Are most real estate investors small landlords or institutions?
Mom-and-pop landlords who own 1 to 10 properties hold 82.6% of the nation’s single-family rental stock, while institutional landlords with 100 or more properties hold about 6.3%, per John Burns Research and Consulting data. Individual investors, not large funds, still dominate U.S. rental ownership.
16. Mom-and-pop landlords own 82.6% of single-family rentals
Landlords who own 1 to 10 single-family rental properties hold 82.6% of the roughly 11.3 million single-family rentals nationwide, per John Burns Research and Consulting data reported by Wolf Street, February 2026.
17. Institutional landlords (100+ properties) own about 6.3% of single-family rentals
Large institutional landlords — those with 100 or more single-family rental properties — hold roughly 6.3% of the national single-family rental stock, per the same John Burns data via Wolf Street.
18. The U.S. homeownership rate held at 65.3% in Q1 2026
The homeownership rate was 65.3% in the first quarter of 2026, not statistically different from 65.1% a year earlier, leaving roughly 34.7% of U.S. households renting, per the Census Bureau’s Housing Vacancy Survey, released April 28, 2026.

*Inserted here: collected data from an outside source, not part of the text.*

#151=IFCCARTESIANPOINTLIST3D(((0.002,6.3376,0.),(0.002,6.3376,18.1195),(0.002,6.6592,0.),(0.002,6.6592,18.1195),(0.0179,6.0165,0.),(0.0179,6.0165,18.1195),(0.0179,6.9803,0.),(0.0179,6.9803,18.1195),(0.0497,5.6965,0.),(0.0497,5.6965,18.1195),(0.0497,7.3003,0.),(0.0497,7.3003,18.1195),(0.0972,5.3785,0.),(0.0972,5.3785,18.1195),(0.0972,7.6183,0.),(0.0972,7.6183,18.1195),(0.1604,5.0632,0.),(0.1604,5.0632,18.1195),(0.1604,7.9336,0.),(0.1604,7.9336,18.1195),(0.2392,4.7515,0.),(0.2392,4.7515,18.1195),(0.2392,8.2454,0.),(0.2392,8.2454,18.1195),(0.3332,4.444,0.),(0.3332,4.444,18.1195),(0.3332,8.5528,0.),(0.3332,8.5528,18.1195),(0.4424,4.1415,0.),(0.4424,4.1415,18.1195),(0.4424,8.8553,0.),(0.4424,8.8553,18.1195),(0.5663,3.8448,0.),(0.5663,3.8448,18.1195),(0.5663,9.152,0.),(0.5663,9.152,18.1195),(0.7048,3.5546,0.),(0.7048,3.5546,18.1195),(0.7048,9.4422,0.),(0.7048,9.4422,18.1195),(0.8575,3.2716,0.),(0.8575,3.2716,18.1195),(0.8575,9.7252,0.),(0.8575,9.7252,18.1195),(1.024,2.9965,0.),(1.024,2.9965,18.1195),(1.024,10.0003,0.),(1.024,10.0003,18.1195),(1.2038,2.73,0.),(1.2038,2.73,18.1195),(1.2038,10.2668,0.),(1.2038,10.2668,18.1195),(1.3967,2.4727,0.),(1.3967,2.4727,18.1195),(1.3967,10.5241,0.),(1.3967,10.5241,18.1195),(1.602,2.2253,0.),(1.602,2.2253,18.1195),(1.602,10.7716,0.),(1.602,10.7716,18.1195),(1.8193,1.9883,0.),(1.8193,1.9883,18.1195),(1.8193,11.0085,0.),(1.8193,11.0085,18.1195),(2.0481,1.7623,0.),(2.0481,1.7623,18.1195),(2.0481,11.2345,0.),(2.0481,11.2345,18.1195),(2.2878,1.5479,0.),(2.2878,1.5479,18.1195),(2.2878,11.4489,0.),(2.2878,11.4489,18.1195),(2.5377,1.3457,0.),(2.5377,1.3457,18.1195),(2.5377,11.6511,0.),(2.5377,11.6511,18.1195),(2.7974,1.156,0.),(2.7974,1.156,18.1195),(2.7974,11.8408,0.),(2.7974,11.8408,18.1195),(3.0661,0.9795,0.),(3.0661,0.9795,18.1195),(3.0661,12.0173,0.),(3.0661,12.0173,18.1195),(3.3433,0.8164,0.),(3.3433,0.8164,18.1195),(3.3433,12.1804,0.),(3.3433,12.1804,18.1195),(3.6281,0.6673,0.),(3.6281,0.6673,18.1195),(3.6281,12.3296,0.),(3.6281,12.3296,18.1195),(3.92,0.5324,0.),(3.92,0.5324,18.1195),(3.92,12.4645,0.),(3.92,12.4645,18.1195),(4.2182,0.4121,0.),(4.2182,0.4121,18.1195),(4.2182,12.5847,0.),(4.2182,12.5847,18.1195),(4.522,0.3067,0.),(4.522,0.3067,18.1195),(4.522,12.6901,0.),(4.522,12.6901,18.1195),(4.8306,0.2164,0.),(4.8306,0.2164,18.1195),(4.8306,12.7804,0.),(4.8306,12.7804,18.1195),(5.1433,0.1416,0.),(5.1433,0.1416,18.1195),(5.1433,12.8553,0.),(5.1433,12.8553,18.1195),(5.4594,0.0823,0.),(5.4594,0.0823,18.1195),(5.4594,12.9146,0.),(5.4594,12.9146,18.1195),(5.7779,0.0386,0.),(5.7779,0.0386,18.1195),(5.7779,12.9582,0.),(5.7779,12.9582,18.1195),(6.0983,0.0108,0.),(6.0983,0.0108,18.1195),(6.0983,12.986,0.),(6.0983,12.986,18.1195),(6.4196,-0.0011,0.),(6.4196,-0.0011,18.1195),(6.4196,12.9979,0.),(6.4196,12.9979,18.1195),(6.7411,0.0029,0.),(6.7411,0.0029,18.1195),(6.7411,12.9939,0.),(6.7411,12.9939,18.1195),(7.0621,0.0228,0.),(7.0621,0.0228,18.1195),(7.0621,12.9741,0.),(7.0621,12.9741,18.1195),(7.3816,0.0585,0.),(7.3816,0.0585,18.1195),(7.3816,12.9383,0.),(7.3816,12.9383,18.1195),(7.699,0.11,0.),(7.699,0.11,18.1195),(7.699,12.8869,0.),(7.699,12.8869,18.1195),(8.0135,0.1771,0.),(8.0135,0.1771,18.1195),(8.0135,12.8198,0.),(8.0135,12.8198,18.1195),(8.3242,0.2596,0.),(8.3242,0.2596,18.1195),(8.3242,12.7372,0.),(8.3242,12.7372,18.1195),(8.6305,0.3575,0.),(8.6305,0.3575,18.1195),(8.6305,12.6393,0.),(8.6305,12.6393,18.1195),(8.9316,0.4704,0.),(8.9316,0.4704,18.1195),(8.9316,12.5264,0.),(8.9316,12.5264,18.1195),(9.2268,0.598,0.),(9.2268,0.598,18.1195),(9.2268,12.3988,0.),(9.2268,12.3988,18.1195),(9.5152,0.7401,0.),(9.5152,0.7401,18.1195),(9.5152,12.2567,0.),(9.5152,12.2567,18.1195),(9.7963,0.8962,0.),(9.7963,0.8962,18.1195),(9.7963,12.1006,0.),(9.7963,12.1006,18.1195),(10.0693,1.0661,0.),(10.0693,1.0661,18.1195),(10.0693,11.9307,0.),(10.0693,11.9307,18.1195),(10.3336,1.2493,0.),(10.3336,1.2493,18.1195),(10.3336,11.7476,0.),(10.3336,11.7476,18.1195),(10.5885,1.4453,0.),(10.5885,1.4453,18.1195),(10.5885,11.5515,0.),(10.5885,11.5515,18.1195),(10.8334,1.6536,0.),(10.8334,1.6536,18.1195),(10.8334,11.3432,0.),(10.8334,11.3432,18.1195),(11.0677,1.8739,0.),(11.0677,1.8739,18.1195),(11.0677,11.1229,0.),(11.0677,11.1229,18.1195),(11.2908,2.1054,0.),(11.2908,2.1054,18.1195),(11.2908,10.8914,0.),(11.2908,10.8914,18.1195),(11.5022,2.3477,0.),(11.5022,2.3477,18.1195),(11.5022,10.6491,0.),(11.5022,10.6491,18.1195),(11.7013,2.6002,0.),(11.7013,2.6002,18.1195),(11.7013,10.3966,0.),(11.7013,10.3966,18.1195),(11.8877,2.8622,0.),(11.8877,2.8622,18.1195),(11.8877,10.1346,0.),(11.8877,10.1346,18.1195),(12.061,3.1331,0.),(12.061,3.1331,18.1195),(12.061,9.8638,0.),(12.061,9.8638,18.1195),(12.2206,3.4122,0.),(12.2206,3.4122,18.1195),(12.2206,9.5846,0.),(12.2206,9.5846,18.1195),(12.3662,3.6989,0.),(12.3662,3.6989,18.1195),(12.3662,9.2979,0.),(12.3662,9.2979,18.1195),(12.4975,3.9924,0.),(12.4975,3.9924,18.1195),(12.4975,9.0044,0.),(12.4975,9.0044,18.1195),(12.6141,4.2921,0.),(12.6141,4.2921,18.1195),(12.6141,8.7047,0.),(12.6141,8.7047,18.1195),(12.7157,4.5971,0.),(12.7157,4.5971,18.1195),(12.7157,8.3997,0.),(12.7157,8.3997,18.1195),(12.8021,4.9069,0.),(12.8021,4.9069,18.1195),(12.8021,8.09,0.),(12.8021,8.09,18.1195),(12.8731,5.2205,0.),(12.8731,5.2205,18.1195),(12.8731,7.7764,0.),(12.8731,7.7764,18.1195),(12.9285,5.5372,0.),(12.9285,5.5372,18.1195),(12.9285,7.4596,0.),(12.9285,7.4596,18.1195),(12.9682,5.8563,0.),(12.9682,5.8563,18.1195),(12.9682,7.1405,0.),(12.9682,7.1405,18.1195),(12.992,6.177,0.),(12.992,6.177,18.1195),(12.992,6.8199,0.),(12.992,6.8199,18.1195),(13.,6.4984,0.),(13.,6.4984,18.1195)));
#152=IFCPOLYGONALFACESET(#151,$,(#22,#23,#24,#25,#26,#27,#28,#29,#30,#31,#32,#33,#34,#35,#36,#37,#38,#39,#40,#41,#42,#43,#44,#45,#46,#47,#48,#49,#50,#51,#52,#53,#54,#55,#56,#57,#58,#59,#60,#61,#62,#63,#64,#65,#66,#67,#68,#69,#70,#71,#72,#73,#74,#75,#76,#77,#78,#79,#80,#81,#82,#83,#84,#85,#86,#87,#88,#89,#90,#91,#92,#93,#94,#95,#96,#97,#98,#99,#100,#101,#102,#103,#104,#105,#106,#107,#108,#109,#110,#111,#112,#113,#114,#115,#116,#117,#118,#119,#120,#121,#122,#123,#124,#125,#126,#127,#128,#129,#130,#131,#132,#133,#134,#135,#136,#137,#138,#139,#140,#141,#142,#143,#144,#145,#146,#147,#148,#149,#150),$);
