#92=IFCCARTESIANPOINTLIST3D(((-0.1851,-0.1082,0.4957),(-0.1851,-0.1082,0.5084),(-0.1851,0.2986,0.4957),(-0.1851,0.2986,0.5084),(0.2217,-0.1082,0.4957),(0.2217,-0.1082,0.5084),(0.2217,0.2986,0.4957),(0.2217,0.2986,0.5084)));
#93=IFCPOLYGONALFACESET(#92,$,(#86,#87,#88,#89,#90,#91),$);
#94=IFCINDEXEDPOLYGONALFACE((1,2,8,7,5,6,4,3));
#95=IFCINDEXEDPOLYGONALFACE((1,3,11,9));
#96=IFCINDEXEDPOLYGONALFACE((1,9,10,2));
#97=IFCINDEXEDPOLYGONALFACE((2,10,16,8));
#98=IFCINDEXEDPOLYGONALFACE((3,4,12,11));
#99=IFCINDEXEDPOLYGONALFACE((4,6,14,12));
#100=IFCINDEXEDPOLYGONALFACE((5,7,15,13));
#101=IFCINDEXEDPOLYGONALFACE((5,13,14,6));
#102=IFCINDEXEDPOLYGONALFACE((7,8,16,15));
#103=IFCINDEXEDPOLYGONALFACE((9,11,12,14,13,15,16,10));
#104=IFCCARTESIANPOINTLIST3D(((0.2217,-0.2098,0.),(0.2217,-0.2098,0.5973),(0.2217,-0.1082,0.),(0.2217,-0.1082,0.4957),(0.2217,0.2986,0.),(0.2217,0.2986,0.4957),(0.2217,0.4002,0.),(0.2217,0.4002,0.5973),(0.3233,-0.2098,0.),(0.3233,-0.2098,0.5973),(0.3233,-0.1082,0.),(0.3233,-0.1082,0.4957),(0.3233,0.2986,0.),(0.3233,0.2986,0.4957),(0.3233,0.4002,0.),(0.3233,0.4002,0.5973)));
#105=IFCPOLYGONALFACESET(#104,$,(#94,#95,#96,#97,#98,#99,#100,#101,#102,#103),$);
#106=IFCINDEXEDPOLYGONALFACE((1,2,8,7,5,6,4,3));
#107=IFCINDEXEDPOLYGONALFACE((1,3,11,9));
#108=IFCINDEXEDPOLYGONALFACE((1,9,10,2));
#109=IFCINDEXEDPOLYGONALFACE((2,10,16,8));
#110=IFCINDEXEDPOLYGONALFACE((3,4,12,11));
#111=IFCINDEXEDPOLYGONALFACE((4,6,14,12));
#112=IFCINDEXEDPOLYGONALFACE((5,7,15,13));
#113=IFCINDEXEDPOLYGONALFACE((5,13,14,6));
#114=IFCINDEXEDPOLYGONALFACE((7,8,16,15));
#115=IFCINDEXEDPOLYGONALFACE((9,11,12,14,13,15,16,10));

What this means for real estate investors
For yield-focused investors, the 1.93%-point gap between the top-decile and median guarded metro shows the best cash-flow markets are a small, specific slice of the country, not a broad category — screening by metro matters more than buying anywhere with a low price tag.
For investors worried about competition from large funds, mom-and-pop landlords still own more than 13 times as much of the single-family rental stock as institutional landlords do, per John Burns Research data — the individual investor remains the dominant owner type nationally, even in markets institutions target.
For investors timing supply, nearly half of tracked metros still carry active listings more than 20% below 2019 levels, which keeps competition for listings elevated in those markets even as investor purchase volume cools nationally.
The gap between a flat market share and falling purchase volume is worth watching: investors are not retreating from the housing market in relative terms, but the overall pool of homes changing hands has shrunk, so fewer transactions are happening at every level, investor and owner-occupant alike.